Nicht, weil Johann Sebastian Bach gleichauf liegt mit den Rolling Stones (je sechs Nennungen). Sondern, weil offensichtlich Amoklaufende PR-Berater ihre Finger im Spiel hatten. Ich möchte nicht in einem Land leben, in dem 63-jährige CDU-Abgeordnete Olly Murs‘ "Right Place, Right Time" zu ihrem absoluten Lieblingsalbum erklären.

Es bleibt wieder alles anders

In dem bayerische CSU-Landwirte namens Artur Auernhammer (52) sich zu "Rock Or Bust" von AC/DC bekennen und Thomas Feist (50) von der CDU zu "No Protection" von Massive Attack V. Mad Professor. In dem ein CSUler wie Alexander Hoffmann sagt, er sei leidenschaftlicher Grönemeyer-Fan "trotz, aber auch gerade wegen seiner systemkritischen Texte". Was ist da los? Zu viel Coolnesswasser getrunken? Kann nicht mal irgendwas wie früher bleiben?

Die Grünen hören Leonard Cohen und heimlich Helene Fischer. Die SPD hört Hannes Wader und heimlich Grönemeyers "Kinder an die Macht". Die FDP hört "Zehn nackte Friseusen" von Mickie Krause und "Hoch auf dem gelben Wagen" von Walter Scheel. Die CDU hört James Last und Andrea Berg. Und die AfD hört gar keine Musik, weil sie den Knopf nicht findet.

Gregor Gysi tanzt aus der Reihe

Immerhin – bei der Linken ist die Welt noch im Lot: Sahra Wagenknecht mag Georges Moustaki und Katja Kipping "Imagine" von John Lennon, weil er über "das Einfache, das schwer zu machen ist, singt: ein glückliches Leben jenseits des Kapitalismus". Bingo!

Gregor Gysi allerdings tanzt wieder aus der Reihe und mag "Kuschelklassik und Jazz, mit dem man Frauen gewinnt". Bitte? Jazz, mit dem man Frauen gewinnt? Hatˇs das je gegeben? Ist das nicht wie eine Pfeifensammlung, mit der man Frauen gewinnt?

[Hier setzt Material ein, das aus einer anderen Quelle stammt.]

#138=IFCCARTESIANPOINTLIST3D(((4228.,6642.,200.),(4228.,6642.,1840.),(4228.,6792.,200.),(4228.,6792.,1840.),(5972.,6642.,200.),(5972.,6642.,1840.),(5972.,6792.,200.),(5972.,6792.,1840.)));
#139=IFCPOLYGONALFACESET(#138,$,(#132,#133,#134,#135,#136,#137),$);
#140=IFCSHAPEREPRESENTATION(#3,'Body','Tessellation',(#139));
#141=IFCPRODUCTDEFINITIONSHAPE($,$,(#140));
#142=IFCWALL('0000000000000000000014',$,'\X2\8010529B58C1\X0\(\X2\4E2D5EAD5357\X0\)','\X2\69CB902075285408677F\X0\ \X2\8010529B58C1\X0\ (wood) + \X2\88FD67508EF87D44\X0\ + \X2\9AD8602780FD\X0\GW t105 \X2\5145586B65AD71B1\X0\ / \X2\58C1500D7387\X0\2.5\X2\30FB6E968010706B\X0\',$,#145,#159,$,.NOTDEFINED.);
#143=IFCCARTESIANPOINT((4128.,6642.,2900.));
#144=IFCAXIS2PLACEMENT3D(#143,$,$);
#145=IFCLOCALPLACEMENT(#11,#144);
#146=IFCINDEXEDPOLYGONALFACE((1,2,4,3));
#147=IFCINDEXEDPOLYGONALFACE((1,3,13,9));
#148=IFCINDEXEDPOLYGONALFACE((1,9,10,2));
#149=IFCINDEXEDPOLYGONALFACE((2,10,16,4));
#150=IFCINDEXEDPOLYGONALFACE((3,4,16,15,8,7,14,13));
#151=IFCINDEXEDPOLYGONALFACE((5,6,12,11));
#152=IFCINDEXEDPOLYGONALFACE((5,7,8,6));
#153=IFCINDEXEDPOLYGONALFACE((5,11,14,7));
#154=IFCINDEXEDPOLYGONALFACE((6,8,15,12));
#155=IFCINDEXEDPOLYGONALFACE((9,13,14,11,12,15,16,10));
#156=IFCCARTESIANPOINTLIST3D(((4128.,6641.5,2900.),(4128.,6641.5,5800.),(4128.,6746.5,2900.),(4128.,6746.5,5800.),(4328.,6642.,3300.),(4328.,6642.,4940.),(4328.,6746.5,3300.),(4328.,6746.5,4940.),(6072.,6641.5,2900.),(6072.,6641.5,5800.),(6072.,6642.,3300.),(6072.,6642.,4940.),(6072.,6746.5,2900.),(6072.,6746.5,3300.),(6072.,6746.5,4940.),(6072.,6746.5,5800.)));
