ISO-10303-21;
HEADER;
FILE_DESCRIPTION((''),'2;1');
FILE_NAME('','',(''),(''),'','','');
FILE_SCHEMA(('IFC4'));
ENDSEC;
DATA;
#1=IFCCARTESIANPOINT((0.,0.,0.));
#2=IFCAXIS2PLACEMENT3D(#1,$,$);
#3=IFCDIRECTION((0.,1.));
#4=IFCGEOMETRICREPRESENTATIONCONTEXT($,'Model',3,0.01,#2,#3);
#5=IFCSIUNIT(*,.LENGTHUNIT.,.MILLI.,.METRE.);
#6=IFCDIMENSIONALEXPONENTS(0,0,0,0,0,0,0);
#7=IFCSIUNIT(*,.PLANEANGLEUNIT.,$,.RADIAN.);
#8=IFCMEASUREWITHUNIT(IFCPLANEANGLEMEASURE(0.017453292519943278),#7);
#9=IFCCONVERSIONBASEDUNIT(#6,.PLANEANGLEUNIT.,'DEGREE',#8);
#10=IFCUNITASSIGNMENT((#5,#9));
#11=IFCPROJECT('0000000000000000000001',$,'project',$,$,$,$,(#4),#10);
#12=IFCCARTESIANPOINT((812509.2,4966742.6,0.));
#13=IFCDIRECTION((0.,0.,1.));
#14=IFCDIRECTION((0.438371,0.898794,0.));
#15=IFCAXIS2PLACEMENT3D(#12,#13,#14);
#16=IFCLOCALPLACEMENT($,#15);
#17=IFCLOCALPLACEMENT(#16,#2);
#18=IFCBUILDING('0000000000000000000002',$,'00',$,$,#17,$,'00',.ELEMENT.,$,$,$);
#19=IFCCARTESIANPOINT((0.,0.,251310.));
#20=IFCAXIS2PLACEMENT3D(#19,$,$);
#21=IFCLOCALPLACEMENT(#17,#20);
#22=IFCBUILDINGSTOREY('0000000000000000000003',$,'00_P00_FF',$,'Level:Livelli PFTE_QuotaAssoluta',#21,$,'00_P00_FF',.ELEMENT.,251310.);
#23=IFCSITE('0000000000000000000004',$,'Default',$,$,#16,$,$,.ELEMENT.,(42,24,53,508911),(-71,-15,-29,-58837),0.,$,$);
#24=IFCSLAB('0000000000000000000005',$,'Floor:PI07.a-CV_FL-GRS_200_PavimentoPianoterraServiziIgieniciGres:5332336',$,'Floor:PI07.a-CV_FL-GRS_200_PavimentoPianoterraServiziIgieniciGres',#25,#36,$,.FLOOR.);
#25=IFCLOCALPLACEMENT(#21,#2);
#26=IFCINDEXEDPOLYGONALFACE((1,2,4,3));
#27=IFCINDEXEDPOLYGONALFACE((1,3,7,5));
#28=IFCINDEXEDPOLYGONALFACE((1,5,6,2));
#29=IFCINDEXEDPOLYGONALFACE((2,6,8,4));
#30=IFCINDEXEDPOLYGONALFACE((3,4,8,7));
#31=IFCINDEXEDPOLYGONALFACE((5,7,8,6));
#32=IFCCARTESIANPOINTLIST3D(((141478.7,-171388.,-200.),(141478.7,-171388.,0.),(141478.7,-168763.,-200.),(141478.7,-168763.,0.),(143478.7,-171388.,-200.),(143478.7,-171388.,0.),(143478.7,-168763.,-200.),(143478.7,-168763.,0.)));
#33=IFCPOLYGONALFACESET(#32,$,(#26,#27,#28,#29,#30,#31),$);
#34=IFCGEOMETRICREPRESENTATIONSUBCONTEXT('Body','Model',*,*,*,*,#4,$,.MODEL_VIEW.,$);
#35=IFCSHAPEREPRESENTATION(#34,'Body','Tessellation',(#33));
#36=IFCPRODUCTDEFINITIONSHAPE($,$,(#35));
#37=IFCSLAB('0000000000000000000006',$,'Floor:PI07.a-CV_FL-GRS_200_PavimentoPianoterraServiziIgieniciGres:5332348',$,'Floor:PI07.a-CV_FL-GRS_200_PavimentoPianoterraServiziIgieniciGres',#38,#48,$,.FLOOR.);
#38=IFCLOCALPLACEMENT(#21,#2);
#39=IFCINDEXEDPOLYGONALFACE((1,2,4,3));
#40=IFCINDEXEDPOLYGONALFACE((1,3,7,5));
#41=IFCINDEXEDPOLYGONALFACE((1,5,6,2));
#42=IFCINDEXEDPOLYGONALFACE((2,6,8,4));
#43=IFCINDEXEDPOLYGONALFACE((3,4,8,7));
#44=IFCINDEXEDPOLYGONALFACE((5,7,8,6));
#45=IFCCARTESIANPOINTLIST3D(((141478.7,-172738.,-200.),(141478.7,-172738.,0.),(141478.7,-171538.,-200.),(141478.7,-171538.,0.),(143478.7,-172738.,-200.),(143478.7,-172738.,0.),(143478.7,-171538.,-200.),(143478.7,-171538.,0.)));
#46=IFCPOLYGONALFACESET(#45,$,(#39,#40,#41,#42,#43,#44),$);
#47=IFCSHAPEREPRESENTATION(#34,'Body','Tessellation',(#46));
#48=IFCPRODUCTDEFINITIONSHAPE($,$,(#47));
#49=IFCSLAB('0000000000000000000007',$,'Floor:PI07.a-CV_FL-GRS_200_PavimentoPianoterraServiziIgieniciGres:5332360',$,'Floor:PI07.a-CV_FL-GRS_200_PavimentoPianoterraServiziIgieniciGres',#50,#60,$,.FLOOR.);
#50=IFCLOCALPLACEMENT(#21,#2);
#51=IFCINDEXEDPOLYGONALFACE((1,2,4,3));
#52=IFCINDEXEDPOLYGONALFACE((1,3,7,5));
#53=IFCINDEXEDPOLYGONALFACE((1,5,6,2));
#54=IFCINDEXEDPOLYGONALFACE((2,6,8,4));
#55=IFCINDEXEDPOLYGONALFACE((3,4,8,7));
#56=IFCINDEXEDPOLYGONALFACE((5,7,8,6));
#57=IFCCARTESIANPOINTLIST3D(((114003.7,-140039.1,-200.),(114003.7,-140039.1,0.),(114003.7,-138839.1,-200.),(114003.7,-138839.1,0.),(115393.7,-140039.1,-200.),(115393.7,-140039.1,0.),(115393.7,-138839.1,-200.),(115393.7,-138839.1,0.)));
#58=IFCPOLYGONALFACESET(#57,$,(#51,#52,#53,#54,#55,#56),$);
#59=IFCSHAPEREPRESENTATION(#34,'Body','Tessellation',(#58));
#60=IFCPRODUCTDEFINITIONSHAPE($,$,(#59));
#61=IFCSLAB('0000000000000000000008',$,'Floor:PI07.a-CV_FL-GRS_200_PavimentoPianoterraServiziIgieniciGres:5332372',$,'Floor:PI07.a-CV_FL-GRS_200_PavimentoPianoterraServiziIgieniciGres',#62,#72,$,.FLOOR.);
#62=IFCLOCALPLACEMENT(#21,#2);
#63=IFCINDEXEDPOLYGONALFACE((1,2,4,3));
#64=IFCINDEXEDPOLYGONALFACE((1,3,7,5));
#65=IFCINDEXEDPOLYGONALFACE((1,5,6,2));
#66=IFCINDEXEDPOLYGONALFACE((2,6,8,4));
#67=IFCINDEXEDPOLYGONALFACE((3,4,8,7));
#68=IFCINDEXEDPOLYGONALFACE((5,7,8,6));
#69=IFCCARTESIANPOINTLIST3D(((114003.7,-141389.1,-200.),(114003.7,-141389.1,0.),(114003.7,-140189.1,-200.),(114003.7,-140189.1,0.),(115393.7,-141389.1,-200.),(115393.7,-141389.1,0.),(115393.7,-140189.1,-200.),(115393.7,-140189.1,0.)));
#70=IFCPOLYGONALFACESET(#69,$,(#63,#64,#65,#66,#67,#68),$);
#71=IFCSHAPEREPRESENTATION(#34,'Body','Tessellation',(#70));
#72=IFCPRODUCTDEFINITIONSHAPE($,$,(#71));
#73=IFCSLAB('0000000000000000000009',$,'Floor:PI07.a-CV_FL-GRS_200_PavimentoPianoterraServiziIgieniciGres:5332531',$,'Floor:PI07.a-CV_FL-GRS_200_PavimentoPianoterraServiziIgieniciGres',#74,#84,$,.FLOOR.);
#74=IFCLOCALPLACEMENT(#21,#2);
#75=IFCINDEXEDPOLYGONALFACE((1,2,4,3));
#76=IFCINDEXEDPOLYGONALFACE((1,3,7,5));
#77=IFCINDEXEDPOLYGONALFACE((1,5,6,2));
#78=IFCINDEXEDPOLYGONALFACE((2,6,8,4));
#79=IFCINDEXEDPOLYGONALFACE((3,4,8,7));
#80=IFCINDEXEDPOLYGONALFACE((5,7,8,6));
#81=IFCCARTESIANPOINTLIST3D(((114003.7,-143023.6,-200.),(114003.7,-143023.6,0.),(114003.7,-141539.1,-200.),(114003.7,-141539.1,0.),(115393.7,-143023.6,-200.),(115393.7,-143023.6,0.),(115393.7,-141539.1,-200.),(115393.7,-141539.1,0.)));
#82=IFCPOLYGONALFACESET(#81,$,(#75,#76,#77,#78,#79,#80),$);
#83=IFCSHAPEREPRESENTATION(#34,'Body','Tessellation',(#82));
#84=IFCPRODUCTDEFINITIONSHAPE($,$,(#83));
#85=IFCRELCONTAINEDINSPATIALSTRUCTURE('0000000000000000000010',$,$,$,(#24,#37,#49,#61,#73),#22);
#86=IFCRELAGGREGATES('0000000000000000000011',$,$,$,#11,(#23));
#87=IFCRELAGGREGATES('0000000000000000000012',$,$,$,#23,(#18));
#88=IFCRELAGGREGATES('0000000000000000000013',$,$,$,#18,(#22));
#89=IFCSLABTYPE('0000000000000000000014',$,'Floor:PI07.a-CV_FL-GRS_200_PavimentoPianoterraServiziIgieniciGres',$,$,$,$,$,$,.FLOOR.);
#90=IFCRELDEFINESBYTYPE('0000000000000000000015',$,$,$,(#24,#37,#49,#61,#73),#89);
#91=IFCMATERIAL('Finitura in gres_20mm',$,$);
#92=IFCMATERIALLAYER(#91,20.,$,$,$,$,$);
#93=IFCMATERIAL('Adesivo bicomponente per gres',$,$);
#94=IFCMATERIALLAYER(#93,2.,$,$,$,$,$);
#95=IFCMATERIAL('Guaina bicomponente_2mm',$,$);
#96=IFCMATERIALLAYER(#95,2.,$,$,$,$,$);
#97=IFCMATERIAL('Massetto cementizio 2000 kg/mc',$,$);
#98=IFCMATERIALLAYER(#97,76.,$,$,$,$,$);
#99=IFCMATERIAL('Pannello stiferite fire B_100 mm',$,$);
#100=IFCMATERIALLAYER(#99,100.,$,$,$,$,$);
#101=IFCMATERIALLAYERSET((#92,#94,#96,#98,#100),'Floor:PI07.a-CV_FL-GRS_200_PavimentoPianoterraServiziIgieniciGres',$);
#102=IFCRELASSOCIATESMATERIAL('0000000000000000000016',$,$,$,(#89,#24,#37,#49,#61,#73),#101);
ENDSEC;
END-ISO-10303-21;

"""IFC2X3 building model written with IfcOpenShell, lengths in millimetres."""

from ifc_helpers import new_model, entity, si_unit, converted_unit, direction, frame, frame_2d, origin, origin_2d_with_axis, place, context, subcontext, project, spatial, rectangle, extrude, material, layer, layer_set, layer_usage, type_object, element, save


model = new_model("IFC2X3")

# Units and contexts
model_context = context("Model", 3, precision=0.01, world=origin(), true_north=direction((0.0, 1.0)))
body_context = subcontext(model_context, "Body", "Model", "MODEL_VIEW")
ifc_project = project(units=[si_unit("LENGTHUNIT", "METRE", prefix="MILLI"), converted_unit("PLANEANGLEUNIT", "DEGREE", entity("IfcPlaneAngleMeasure", 0.017453292519943278), si_unit("PLANEANGLEUNIT", "RADIAN"), dimensions=[0, 0, 0, 0, 0, 0, 0])], contexts=[model_context])

# Site, building, storey
site_placement = place(None, frame((812509.2, 4966742.6, 0.0), z_axis=(0.0, 0.0, 1.0), x_axis=(0.438371, 0.898794, 0.0)))
site = spatial("IfcSite", under=ifc_project, at=site_placement, Name="Default", CompositionType="ELEMENT", RefLatitude=(42, 24, 53, 508911), RefLongitude=(-71, -15, -29, -58837), RefElevation=0.0)
building_placement = place(site_placement, origin())
building = spatial("IfcBuilding", under=site, at=building_placement, Name="00", LongName="00", CompositionType="ELEMENT")
storey_placement = place(building_placement, frame((0.0, 0.0, 251310.0)))
storey = spatial("IfcBuildingStorey", under=building, at=storey_placement, Name="00_P00_FF", ObjectType="Level:Livelli PFTE_QuotaAssoluta", LongName="00_P00_FF", CompositionType="ELEMENT", Elevation=251310.0)

# Slabs
ifc_material_1 = material(Name="Finitura in gres_20mm")
ifc_layer_1 = layer(ifc_material_1, 20.0)
ifc_material_2 = material(Name="Adesivo bicomponente per gres")
ifc_layer_2 = layer(ifc_material_2, 2.0)
ifc_material_3 = material(Name="Guaina bicomponente_2mm")
ifc_layer_3 = layer(ifc_material_3, 2.0)
ifc_material_4 = material(Name="Massetto cementizio 2000 kg/mc")
ifc_layer_4 = layer(ifc_material_4, 76.0)
ifc_material_5 = material(Name="Pannello stiferite fire B_100 mm")
ifc_layer_5 = layer(ifc_material_5, 100.0)
ifc_layer_set = layer_set([ifc_layer_1, ifc_layer_2, ifc_layer_3, ifc_layer_4, ifc_layer_5], Name="Floor:PI07.a-CV_FL-GRS_200_PavimentoPianoterraServiziIgieniciGres")
slab_type = type_object("IfcSlabType", Name="Floor:PI07.a-CV_FL-GRS_200_PavimentoPianoterraServiziIgieniciGres", PredefinedType="FLOOR", material=ifc_layer_set)
ifc_layer_usage_1 = layer_usage(ifc_layer_set, "AXIS3", "POSITIVE", 0.0)
slab_1_placement = place(storey_placement, origin())
element("IfcSlab", 1, at=slab_1_placement, inside=storey, type_object=slab_type, material=ifc_layer_usage_1, Name="Floor:PI07.a-CV_FL-GRS_200_PavimentoPianoterraServiziIgieniciGres:5332336", ObjectType="Floor:PI07.a-CV_FL-GRS_200_PavimentoPianoterraServiziIgieniciGres", PredefinedType="FLOOR", context=body_context, shape_type="SweptSolid", body=[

Das Laudanum der Landbevölkerung

Ich möchte nicht, dass Marteria im Bundestag eine Rolle spielt. Oder die Red Hot Chili Peppers. Oder Lady Gaga. Es ist ein verstörender Gedanke, dass Politiker die gleiche Musik hören wie normale Menschen. Es könnte damit zusammenhängen, dass Politiker normale Menschen sind.

Beim Versuch, diesen Gedanken zu verarbeiten, habe ich mir soeben das Gehirn gebrochen. Ich muss jetzt dringend Slayer hören. Kalifornische Soziologen haben herausgefunden, dass Menschen, die mit Heavy Metal aufgewachsen sind, heute signifikant ruhiger und glücklicher sind als andere Gleichaltrige. Heavy Metal – das Laudanum der Landbevölkerung.

Hätten die AfD-Jungs damals mal bloß mehr Motörhead gehört. Schönes Wochenende!